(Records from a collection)
Content starts

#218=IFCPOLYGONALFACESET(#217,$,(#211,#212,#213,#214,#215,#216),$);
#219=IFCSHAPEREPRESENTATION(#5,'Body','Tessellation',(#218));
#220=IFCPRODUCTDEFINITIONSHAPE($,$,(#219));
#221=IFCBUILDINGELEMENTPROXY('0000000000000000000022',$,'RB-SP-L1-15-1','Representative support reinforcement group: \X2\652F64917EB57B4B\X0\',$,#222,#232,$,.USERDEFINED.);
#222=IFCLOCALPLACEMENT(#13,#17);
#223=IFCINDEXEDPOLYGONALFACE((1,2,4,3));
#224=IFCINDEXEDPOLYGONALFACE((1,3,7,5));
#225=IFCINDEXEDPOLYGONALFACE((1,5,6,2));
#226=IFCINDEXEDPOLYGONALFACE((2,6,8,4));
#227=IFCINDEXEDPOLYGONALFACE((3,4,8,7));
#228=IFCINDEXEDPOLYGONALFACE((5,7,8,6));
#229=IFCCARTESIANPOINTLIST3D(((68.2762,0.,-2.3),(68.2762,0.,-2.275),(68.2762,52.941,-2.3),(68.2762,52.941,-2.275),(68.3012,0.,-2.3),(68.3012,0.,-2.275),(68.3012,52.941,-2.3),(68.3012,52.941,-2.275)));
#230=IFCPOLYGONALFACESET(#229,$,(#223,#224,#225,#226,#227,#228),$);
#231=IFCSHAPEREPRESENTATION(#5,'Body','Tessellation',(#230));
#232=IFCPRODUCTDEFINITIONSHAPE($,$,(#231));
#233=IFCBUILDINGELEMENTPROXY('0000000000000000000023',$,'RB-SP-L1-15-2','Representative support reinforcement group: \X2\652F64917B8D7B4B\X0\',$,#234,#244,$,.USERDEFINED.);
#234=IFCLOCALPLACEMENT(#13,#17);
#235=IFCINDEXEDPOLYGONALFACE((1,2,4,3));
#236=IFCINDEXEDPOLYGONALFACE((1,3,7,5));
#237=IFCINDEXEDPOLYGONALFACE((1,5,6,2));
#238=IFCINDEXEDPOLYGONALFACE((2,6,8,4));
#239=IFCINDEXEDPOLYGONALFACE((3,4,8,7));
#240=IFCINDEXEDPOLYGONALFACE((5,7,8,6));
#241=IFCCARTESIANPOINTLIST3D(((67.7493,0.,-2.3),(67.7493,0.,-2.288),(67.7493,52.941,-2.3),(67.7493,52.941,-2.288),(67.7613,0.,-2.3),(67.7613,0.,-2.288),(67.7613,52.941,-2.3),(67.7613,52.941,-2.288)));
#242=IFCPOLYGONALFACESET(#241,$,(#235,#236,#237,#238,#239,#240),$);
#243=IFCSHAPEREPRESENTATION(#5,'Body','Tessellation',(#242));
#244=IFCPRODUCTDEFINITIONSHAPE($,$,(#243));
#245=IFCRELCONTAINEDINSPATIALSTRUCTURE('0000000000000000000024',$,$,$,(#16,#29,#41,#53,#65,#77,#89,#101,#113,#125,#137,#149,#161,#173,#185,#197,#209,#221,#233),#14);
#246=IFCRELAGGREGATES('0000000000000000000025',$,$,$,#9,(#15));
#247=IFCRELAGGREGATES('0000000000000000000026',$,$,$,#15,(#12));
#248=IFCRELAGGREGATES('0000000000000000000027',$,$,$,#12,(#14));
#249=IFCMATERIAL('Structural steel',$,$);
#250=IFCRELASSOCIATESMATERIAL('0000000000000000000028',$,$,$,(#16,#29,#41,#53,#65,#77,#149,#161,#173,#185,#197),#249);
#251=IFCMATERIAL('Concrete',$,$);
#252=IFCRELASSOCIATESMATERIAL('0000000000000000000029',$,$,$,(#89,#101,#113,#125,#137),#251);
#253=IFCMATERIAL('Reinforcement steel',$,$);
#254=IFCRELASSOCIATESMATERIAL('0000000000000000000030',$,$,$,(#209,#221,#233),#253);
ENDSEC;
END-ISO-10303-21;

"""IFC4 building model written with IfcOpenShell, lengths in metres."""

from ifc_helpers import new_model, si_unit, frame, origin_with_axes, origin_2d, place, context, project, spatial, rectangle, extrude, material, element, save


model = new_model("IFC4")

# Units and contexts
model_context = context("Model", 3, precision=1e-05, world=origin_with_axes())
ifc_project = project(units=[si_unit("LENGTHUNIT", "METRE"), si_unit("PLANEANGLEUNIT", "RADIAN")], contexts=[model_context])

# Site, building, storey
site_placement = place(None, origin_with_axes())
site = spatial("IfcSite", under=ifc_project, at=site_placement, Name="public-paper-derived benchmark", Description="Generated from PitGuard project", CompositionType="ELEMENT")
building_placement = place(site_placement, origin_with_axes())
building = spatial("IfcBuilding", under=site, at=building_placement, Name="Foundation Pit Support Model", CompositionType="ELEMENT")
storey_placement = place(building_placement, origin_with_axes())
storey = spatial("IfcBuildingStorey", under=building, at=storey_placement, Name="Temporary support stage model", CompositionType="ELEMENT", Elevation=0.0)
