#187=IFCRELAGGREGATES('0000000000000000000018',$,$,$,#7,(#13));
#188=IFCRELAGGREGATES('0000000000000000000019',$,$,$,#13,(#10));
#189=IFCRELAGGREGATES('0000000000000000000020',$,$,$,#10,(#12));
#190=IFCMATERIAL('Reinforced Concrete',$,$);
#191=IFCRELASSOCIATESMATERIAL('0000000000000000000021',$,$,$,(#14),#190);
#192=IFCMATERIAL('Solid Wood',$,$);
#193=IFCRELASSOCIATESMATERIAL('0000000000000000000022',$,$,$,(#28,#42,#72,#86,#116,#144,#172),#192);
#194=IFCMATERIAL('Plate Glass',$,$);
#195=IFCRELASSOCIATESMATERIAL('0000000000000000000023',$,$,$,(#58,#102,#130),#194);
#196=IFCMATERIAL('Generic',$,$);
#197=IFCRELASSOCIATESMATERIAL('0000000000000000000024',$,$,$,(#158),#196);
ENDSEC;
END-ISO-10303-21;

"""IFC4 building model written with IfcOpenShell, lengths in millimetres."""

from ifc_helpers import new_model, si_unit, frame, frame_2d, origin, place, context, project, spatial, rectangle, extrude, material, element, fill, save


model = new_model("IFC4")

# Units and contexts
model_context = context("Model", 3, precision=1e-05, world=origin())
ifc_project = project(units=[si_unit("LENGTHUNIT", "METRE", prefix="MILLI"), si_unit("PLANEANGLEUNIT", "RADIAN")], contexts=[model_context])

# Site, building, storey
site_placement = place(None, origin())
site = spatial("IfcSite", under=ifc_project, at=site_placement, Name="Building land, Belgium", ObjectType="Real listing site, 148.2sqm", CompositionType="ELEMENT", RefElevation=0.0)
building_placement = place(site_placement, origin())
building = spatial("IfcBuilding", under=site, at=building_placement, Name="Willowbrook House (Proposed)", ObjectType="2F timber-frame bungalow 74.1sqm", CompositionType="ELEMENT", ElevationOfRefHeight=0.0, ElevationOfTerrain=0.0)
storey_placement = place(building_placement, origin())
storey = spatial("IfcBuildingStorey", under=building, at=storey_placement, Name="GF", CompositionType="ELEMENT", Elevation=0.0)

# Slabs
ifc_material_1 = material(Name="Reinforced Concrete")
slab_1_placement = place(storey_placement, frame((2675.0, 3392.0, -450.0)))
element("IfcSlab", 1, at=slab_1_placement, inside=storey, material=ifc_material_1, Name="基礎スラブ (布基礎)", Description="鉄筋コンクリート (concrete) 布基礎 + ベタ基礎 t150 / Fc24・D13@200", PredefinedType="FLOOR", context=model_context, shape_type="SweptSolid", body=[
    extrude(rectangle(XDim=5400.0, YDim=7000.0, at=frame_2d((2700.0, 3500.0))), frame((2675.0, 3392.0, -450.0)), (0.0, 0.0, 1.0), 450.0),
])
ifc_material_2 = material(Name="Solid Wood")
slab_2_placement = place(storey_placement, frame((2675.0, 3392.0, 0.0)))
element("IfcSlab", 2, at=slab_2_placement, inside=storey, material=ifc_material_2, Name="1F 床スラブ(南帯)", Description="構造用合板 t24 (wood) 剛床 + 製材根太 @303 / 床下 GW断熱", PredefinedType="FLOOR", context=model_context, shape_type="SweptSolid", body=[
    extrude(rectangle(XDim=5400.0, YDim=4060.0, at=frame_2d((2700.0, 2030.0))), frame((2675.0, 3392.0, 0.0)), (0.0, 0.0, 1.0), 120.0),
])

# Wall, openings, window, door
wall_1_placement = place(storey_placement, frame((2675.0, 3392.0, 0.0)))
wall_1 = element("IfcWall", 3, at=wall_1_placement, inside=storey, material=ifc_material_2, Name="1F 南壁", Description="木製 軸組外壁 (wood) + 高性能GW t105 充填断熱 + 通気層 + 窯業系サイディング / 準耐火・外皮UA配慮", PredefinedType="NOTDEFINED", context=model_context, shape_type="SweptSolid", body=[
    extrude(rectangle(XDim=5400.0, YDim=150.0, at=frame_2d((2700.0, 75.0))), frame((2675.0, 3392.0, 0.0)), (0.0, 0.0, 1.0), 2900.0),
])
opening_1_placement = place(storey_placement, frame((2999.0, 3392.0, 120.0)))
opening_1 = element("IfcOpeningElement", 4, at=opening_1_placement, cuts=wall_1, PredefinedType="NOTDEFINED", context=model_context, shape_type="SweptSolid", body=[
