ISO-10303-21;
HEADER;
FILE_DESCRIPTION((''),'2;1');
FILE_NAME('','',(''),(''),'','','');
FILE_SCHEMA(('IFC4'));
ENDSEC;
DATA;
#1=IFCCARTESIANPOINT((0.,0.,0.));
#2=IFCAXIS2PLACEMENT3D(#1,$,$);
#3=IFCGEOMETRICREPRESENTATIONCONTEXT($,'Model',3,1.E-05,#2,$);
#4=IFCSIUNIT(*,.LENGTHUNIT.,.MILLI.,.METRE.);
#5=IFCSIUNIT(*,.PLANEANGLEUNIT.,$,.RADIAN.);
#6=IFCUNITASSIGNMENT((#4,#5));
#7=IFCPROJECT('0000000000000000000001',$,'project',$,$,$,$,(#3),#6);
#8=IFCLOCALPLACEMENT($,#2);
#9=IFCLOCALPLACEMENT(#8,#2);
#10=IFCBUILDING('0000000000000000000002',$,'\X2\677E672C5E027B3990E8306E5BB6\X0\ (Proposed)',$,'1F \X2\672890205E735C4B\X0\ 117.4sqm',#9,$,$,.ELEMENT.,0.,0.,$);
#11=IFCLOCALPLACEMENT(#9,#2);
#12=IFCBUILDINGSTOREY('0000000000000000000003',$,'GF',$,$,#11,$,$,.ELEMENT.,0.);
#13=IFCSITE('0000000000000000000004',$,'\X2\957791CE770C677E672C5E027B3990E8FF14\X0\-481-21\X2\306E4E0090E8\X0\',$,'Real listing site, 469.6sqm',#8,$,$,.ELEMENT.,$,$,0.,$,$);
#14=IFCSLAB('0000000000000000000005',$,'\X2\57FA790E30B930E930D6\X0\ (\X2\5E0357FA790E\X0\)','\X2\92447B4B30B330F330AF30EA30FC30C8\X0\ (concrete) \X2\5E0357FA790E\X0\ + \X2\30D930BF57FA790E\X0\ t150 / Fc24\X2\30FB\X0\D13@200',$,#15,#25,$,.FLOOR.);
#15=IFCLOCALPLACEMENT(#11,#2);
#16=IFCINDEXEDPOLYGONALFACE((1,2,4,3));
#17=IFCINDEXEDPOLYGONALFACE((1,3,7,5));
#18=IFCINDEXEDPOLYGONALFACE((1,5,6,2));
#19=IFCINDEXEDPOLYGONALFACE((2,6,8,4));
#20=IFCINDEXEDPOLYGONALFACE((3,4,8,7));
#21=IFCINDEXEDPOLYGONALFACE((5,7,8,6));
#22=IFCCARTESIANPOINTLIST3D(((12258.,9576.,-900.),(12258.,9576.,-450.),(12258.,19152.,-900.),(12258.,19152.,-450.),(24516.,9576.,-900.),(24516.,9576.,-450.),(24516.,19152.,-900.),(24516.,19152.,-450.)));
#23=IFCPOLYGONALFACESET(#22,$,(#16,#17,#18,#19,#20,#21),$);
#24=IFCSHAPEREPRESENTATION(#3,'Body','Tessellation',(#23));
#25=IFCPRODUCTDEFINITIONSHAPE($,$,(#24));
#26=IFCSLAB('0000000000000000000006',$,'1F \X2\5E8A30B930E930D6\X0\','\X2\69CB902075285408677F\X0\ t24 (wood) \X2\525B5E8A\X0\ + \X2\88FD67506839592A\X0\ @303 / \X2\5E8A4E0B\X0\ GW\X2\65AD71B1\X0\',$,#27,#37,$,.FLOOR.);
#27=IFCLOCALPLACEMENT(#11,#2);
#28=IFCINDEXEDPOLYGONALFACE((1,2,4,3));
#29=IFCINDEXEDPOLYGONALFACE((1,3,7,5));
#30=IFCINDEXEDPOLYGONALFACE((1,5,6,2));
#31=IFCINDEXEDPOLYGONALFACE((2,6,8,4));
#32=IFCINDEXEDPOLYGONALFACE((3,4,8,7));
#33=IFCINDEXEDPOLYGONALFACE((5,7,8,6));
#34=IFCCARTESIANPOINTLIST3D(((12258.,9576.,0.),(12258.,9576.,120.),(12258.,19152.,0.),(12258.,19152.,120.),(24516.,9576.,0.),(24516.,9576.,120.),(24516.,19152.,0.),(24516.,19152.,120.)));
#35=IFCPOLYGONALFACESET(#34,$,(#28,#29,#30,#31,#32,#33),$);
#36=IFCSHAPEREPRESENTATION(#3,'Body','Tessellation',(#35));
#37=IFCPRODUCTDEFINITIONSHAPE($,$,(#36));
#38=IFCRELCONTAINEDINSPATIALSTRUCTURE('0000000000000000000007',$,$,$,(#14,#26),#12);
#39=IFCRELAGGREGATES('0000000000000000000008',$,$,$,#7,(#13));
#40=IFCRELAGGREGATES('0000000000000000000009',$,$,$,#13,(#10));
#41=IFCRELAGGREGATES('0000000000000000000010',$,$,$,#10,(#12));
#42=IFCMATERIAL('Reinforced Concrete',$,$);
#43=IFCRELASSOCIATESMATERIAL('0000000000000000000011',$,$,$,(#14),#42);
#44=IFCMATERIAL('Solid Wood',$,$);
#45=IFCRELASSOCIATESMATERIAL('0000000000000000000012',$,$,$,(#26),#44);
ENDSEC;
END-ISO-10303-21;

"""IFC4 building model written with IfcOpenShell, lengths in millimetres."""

from ifc_helpers import new_model, si_unit, frame, frame_2d, origin, place, context, project, spatial, rectangle, extrude, material, element, save


model = new_model("IFC4")

# Units and contexts
model_context = context("Model", 3, precision=1e-05, world=origin())
ifc_project = project(units=[si_unit("LENGTHUNIT", "METRE", prefix="MILLI"), si_unit("PLANEANGLEUNIT", "RADIAN")], contexts=[model_context])

# Site, building, storey
site_placement = place(None, origin())
site = spatial("IfcSite", under=ifc_project, at=site_placement, Name="長野県松本市笹部４-481-21の一部", ObjectType="Real listing site, 469.6sqm", CompositionType="ELEMENT", RefElevation=0.0)
building_placement = place(site_placement, origin())
building = spatial("IfcBuilding", under=site, at=building_placement, Name="松本市笹部の家 (Proposed)", ObjectType="1F 木造平屋 117.4sqm", CompositionType="ELEMENT", ElevationOfRefHeight=0.0, ElevationOfTerrain=0.0)
storey_placement = place(building_placement, origin())
storey = spatial("IfcBuildingStorey", under=building, at=storey_placement, Name="GF", CompositionType="ELEMENT", Elevation=0.0)

# Slabs
ifc_material_1 = material(Name="Reinforced Concrete")
slab_1_placement = place(storey_placement, frame((6129.0, 4788.0, -450.0)))
element("IfcSlab", 1, at=slab_1_placement, inside=storey, material=ifc_material_1, Name="基礎スラブ (布基礎)", Description="鉄筋コンクリート (concrete) 布基礎 + ベタ基礎 t150 / Fc24・D13@200", PredefinedType="FLOOR", context=model_context, shape_type="SweptSolid", body=[
    extrude(rectangle(XDim=12258.0, YDim=9576.0, at=frame_2d((6129.0, 4788.0))), frame((6129.0, 4788.0, -450.0)), (0.0, 0.0, 1.0), 450.0),
])
ifc_material_2 = material(Name="Solid Wood")
slab_2_placement = place(storey_placement, frame((6129.0, 4788.0, 0.0)))
element("IfcSlab", 2, at=slab_2_placement, inside=storey, material=ifc_material_2, Name="1F 床スラブ", Description="構造用合板 t24 (wood) 剛床 + 製材根太 @303 / 床下 GW断熱", PredefinedType="FLOOR", context=model_context, shape_type="SweptSolid", body=[
    extrude(rectangle(XDim=12258.0, YDim=9576.0, at=frame_2d((6129.0, 4788.0))), frame((6129.0, 4788.0, 0.0)), (0.0, 0.0, 1.0), 120.0),
])

save(model, "model.ifc")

Content ends

Print the lines above from the one with "t150 / Fc24\X2\30FB\X0\D13@200',$,#15,#25,$,.FLOOR.);" through the one with "#31=IFCINDEXEDPOLYGONALFACE((2,6,8,4));", both included, exactly as written and nothing more.

--- Task output ---
#14=IFCSLAB('0000000000000000000005',$,'\X2\57FA790E30B930E930D6\X0\ (\X2\5E0357FA790E\X0\)','\X2\92447B4B30B330F330AF30EA30FC30C8\X0\ (concrete) \X2\5E0357FA790E\X0\ + \X2\30D930BF57FA790E\X0\ t150 / Fc24\X2\30FB\X0\D13@200',$,#15,#25,$,.FLOOR.);
#15=IFCLOCALPLACEMENT(#11,#2);
#16=IFCINDEXEDPOLYGONALFACE((1,2,4,3));
#17=IFCINDEXEDPOLYGONALFACE((1,3,7,5));
#18=IFCINDEXEDPOLYGONALFACE((1,5,6,2));
#19=IFCINDEXEDPOLYGONALFACE((2,6,8,4));
#20=IFCINDEXEDPOLYGONALFACE((3,4,8,7));
#21=IFCINDEXEDPOLYGONALFACE((5,7,8,6));
#22=IFCCARTESIANPOINTLIST3D(((12258.,9576.,-900.),(12258.,9576.,-450.),(12258.,19152.,-900.),(12258.,19152.,-450.),(24516.,9576.,-900.),(24516.,9576.,-450.),(24516.,19152.,-900.),(24516.,19152.,-450.)));
#23=IFCPOLYGONALFACESET(#22,$,(#16,#17,#18,#19,#20,#21),$);
#24=IFCSHAPEREPRESENTATION(#3,'Body','Tessellation',(#23));
#25=IFCPRODUCTDEFINITIONSHAPE($,$,(#24));
#26=IFCSLAB('0000000000000000000006',$,'1F \X2\5E8A30B930E930D6\X0\','\X2\69CB902075285408677F\X0\ t24 (wood) \X2\525B5E8A\X0\ + \X2\88FD67506839592A\X0\ @303 / \X2\5E8A4E0B\X0\ GW\X2\65AD71B1\X0\',$,#27,#37,$,.FLOOR.);
#27=IFCLOCALPLACEMENT(#11,#2);
#28=IFCINDEXEDPOLYGONALFACE((1,2,4,3));
#29=IFCINDEXEDPOLYGONALFACE((1,3,7,5));
#30=IFCINDEXEDPOLYGONALFACE((1,5,6,2));
#31=IFCINDEXEDPOLYGONALFACE((2,6,8,4));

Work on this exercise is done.